* [Extracted entries]:
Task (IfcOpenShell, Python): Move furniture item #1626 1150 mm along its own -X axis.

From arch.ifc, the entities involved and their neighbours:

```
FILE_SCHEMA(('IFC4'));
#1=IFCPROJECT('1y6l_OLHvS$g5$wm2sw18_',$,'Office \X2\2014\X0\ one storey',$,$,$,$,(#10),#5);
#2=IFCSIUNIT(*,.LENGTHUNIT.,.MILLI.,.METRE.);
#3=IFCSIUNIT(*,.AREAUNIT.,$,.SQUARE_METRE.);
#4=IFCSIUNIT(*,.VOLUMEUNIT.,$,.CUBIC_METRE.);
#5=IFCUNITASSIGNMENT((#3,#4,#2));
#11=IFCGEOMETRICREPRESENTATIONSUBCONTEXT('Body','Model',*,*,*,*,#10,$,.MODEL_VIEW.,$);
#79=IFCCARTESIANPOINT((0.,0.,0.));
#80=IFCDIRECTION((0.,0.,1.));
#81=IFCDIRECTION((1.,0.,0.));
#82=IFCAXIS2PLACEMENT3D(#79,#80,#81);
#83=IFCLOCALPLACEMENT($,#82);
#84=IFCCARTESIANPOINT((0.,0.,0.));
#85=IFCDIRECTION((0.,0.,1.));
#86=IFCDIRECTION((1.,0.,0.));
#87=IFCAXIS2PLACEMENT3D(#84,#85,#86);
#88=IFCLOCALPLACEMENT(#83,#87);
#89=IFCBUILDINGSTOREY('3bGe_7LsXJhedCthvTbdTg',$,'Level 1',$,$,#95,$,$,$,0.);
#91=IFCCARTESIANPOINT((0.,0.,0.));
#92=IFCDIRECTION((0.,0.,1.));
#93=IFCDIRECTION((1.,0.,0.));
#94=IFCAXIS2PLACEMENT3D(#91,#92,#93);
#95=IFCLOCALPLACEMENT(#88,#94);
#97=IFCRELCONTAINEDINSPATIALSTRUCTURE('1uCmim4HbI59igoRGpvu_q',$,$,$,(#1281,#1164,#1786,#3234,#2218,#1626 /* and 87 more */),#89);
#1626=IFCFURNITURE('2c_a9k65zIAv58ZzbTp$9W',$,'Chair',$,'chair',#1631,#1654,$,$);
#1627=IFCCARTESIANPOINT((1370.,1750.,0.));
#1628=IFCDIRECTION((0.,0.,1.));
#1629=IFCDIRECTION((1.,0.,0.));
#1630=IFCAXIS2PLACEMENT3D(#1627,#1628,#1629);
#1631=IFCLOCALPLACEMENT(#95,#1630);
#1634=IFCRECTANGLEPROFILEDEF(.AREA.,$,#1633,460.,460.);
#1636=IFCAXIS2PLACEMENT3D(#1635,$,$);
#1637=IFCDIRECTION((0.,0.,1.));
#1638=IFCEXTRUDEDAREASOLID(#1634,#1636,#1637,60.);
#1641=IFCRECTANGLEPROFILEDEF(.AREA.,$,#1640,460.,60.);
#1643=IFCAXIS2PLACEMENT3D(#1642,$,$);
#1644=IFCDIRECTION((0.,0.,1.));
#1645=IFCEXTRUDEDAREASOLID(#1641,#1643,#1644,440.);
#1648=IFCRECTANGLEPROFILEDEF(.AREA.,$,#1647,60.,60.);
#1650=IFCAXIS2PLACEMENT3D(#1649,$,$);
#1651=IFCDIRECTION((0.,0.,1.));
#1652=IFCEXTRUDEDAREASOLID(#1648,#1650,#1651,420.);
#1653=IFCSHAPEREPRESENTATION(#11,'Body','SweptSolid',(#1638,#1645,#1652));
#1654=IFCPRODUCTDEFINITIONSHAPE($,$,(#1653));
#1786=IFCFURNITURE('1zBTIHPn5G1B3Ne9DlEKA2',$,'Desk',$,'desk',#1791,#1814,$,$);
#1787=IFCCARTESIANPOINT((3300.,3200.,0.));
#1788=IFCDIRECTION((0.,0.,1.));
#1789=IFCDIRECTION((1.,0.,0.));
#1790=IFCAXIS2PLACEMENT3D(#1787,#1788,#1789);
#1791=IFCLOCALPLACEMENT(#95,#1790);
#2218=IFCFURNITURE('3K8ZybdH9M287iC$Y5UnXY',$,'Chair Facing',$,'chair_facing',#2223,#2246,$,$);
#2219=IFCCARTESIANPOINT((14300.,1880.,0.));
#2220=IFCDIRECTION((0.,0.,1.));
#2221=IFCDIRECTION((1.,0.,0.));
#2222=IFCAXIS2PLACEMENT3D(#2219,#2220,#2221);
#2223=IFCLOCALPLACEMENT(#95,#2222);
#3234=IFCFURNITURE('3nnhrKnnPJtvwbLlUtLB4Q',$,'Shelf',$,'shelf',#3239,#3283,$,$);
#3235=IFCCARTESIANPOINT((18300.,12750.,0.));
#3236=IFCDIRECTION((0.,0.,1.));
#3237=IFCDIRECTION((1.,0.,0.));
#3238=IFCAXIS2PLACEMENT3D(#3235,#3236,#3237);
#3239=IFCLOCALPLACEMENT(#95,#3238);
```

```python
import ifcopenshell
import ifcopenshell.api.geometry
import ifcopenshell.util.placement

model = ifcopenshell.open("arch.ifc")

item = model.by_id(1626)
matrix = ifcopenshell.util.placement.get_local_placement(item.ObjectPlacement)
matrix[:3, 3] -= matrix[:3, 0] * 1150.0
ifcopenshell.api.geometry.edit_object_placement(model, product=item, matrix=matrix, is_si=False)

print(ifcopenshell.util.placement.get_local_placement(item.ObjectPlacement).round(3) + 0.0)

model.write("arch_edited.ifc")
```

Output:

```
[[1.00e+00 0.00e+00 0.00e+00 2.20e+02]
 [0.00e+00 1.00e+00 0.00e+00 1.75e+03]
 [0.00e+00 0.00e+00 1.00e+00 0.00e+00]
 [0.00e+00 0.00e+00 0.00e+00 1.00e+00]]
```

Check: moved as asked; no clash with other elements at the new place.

* [Instructions for the task]: Every entry needs to be copied exactly as it was written.

* [Your response]:
Task (IfcOpenShell, Python): Move furniture item #1626 1150 mm along its own -X axis.

From arch.ifc, the entities involved and their neighbours:

```
FILE_SCHEMA(('IFC4'));
#1=IFCPROJECT('1y6l_OLHvS$g5$wm2sw18_',$,'Office \X2\2014\X0\ one storey',$,$,$,$,(#10),#5);
#2=IFCSIUNIT(*,.LENGTHUNIT.,.MILLI.,.METRE.);
#3=IFCSIUNIT(*,.AREAUNIT.,$,.SQUARE_METRE.);
#4=IFCSIUNIT(*,.VOLUMEUNIT.,$,.CUBIC_METRE.);
#5=IFCUNITASSIGNMENT((#3,#4,#2));
#11=IFCGEOMETRICREPRESENTATIONSUBCONTEXT('Body','Model',*,*,*,*,#10,$,.MODEL_VIEW.,$);
#79=IFCCARTESIANPOINT((0.,0.,0.));
#80=IFCDIRECTION((0.,0.,1.));
#81=IFCDIRECTION((1.,0.,0.));
#82=IFCAXIS2PLACEMENT3D(#79,#80,#81);
#83=IFCLOCALPLACEMENT($,#82);
#84=IFCCARTESIANPOINT((0.,0.,0.));
#85=IFCDIRECTION((0.,0.,1.));
#86=IFCDIRECTION((1.,0.,0.));
#87=IFCAXIS2PLACEMENT3D(#84,#85,#86);
#88=IFCLOCALPLACEMENT(#83,#87);
#89=IFCBUILDINGSTOREY('3bGe_7LsXJhedCthvTbdTg',$,'Level 1',$,$,#95,$,$,$,0.);
#91=IFCCARTESIANPOINT((0.,0.,0.));
#92=IFCDIRECTION((0.,0.,1.));
#93=IFCDIRECTION((1.,0.,0.));
#94=IFCAXIS2PLACEMENT3D(#91,#92,#93);
#95=IFCLOCALPLACEMENT(#88,#94);
#97=IFCRELCONTAINEDINSPATIALSTRUCTURE('1uCmim4HbI59igoRGpvu_q',$,$,$,(#1281,#1164,#1786,#3234,#2218,#1626 /* and 87 more */),#89);
#1626=IFCFURNITURE('2c_a9k65zIAv58ZzbTp$9W',$,'Chair',$,'chair',#1631,#1654,$,$);
#1627=IFCCARTESIANPOINT((1370.,1750.,0.));
#1628=IFCDIRECTION((0.,0.,1.));
#1629=IFCDIRECTION((1.,0.,0.));
#1630=IFCAXIS2PLACEMENT3D(#1627,#1628,#1629);
#1631=IFCLOCALPLACEMENT(#95,#1630);
#1634=IFCRECTANGLEPROFILEDEF(.AREA.,$,#1633,460.,460.);
#1636=IFCAXIS2PLACEMENT3D(#1635,$,$);
#1637=IFCDIRECTION((0.,0.,1.));
#1638=IFCEXTRUDEDAREASOLID(#1634,#1636,#1637,60.);
#1641=IFCRECTANGLEPROFILEDEF(.AREA.,$,#1640,460.,60.);
#1643=IFCAXIS2PLACEMENT3D(#1642,$,$);
#1644=IFCDIRECTION((0.,0.,1.));
#1645=IFCEXTRUDEDAREASOLID(#1641,#1643,#1644,440.);
#1648=IFCRECTANGLEPROFILEDEF(.AREA.,$,#1647,60.,60.);
#1650=IFCAXIS2PLACEMENT3D(#1649,$,$);
#1651=IFCDIRECTION((0.,0.,1.));
#1652=IFCEXTRUDEDAREASOLID(#1648,#1650,#1651,420.);
#1653=IFCSHAPEREPRESENTATION(#11,'Body','SweptSolid',(#1638,#1645,#1652));
#1654=IFCPRODUCTDEFINITIONSHAPE($,$,(#1653));
#1786=IFCFURNITURE('1zBTIHPn5G1B3Ne9DlEKA2',$,'Desk',$,'desk',#1791,#1814,$,$);
#1787=IFCCARTESIANPOINT((3300.,3200.,0.));
#1788=IFCDIRECTION((0.,0.,1.));
#1789=IFCDIRECTION((1.,0.,0.));
#1790=IFCAXIS2PLACEMENT3D(#1787,#1788,#1789);
#1791=IFCLOCALPLACEMENT(#95,#1790);
#2218=IFCFURNITURE('3K8ZybdH9M287iC$Y5UnXY',$,'Chair Facing',$,'chair_facing',#2223,#2246,$,$);
#2219=IFCCARTESIANPOINT((14300.,1880.,0.));
#2220=IFCDIRECTION((0.,0.,1.));
#2221=IFCDIRECTION((1.,0.,0.));
#2222=IFCAXIS2PLACEMENT3D(#2219,#2220,#2221);
#2223=IFCLOCALPLACEMENT(#95,#2222);
#3234=IFCFURNITURE('3nnhrKnnPJtvwbLlUtLB4Q',$,'Shelf',$,'shelf',#3239,#3283,$,$);
#3235=IFCCARTESIANPOINT((18300.,12750.,0.));
#3236=IFCDIRECTION((0.,0.,1.));
#3237=IFCDIRECTION((1.,0.,0.));
#3238=IFCAXIS2PLACEMENT3D(#3235,#3236,#3237);
#3239=IFCLOCALPLACEMENT(#95,#3238);
```

```python
import ifcopenshell
import ifcopenshell.api.geometry
import ifcopenshell.util.placement

model = ifcopenshell.open("arch.ifc")

item = model.by_id(1626)
matrix = ifcopenshell.util.placement.get_local_placement(item.ObjectPlacement)
matrix[:3, 3] -= matrix[:3, 0] * 1150.0
ifcopenshell.api.geometry.edit_object_placement(model, product=item, matrix=matrix, is_si=False)

print(ifcopenshell.util.placement.get_local_placement(item.ObjectPlacement).round(3) + 0.0)

model.write("arch_edited.ifc")
```

Output:

```
[[1.00e+00 0.00e+00 0.00e+00 2.20e+02]
 [0.00e+00 1.00e+00 0.00e+00 1.75e+03]
 [0.00e+00 0.00e+00 1.00e+00 0.00e+00]
 [0.00e+00 0.00e+00 0.00e+00 1.00e+00]]
```

Check: moved as asked; no clash with other elements at the new place.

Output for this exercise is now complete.